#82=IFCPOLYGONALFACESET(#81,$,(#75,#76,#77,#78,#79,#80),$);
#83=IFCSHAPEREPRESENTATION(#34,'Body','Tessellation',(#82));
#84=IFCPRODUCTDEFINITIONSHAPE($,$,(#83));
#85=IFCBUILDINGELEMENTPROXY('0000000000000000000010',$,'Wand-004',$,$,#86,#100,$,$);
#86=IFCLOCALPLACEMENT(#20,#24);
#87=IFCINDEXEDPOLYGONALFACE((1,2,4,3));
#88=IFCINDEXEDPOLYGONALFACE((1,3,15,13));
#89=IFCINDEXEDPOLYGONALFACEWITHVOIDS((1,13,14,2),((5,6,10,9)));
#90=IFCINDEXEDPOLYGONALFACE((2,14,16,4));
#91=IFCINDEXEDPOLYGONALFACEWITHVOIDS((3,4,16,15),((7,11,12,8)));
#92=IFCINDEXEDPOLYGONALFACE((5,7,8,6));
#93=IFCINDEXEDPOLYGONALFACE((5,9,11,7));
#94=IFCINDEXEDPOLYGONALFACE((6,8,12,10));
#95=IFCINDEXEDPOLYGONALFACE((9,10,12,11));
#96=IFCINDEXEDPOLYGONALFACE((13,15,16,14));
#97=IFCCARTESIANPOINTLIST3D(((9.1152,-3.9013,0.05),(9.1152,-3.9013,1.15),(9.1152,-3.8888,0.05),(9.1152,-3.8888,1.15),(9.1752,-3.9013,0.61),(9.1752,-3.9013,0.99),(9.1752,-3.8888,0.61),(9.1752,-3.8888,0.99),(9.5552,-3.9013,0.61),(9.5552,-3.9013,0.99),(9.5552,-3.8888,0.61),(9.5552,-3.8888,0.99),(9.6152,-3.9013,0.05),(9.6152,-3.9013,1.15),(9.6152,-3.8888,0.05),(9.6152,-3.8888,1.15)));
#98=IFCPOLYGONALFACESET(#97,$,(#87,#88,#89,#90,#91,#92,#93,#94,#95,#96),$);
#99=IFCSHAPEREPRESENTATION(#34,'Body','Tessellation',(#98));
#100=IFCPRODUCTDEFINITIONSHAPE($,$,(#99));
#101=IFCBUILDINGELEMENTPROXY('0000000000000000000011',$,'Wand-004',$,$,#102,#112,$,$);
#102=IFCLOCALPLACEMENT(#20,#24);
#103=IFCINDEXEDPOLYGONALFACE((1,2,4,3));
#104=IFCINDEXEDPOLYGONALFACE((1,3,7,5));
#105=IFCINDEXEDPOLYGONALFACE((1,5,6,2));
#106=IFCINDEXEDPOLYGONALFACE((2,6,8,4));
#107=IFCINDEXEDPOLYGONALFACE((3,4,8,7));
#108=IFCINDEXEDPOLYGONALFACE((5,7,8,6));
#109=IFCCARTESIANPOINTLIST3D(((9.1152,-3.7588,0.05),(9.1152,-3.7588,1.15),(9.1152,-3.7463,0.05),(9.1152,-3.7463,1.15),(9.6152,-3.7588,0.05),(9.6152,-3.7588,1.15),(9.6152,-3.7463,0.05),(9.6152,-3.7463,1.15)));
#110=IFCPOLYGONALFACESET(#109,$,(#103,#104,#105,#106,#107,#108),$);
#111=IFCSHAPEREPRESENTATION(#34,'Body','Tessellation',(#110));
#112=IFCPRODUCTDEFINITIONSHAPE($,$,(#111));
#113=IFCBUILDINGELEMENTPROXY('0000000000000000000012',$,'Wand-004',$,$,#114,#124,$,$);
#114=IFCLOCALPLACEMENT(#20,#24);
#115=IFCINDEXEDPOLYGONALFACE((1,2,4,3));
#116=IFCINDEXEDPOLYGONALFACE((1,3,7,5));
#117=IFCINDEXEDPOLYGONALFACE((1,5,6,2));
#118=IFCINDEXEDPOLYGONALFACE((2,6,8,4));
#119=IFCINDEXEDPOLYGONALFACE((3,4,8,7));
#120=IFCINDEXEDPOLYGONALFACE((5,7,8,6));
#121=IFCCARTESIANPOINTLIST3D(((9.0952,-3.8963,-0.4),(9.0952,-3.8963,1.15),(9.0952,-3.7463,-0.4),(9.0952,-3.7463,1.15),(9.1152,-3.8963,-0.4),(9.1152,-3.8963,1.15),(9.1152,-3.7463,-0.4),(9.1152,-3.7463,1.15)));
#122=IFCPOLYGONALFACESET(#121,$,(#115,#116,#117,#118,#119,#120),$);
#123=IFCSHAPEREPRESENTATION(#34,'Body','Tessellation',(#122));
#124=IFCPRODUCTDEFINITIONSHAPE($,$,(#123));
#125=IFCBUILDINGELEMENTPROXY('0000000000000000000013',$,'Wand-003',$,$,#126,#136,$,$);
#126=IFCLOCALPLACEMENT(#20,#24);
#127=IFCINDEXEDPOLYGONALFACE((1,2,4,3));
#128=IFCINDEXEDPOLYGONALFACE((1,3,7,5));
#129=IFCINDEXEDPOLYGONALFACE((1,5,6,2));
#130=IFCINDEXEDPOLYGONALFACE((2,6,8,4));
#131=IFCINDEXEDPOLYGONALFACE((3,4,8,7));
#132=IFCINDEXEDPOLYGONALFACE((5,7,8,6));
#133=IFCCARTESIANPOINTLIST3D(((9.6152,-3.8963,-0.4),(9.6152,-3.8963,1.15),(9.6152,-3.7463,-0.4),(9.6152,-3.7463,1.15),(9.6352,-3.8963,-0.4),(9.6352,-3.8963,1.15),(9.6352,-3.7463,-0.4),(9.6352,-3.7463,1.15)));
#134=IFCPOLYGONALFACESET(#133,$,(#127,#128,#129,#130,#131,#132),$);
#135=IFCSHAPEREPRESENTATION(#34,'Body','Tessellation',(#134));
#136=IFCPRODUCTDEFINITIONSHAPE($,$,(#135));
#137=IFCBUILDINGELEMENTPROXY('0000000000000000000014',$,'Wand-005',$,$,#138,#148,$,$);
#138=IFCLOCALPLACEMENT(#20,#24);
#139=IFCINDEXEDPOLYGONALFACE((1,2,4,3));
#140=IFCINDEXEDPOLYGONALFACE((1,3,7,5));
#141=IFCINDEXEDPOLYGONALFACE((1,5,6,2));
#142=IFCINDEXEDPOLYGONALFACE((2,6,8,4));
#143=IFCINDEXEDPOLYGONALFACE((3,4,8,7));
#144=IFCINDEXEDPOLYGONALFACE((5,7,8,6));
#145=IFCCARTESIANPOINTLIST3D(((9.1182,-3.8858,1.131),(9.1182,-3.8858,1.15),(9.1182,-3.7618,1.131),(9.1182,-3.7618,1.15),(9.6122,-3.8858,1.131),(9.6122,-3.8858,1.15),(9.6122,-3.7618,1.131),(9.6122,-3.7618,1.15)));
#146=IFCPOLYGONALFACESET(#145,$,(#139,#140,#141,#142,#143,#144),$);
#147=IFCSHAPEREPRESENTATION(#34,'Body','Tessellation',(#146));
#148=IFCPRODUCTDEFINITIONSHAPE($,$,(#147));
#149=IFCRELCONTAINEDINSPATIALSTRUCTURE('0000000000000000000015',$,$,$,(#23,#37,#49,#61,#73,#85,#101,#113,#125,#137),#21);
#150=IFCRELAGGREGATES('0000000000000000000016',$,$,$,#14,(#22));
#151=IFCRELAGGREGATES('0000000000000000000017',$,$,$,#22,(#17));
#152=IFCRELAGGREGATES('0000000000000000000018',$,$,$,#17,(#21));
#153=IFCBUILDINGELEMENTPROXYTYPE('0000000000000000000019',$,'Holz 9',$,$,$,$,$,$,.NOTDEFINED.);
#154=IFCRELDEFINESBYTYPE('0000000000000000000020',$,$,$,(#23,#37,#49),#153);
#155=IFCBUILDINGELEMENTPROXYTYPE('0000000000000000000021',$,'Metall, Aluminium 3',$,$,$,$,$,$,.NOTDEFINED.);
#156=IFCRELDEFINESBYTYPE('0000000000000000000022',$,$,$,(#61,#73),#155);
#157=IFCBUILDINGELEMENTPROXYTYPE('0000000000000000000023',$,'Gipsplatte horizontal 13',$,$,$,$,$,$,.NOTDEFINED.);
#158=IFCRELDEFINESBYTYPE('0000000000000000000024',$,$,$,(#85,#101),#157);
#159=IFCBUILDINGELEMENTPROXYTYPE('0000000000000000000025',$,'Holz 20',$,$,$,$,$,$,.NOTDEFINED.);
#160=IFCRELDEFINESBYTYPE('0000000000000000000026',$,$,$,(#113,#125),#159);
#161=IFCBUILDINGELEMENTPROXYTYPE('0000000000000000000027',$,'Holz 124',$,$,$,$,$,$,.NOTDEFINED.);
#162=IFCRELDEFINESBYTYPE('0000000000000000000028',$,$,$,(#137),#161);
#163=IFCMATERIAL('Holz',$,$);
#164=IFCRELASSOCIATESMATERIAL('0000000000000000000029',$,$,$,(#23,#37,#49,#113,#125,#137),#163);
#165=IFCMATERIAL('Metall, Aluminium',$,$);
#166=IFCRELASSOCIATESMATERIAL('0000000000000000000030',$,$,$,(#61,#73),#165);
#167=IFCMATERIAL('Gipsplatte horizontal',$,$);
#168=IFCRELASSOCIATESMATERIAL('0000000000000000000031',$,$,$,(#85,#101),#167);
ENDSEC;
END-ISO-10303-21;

====

== Aim of the task ==
Report how many lines in the records hold the word "Tessellation", giving the number and nothing else.

== Task solution ==
6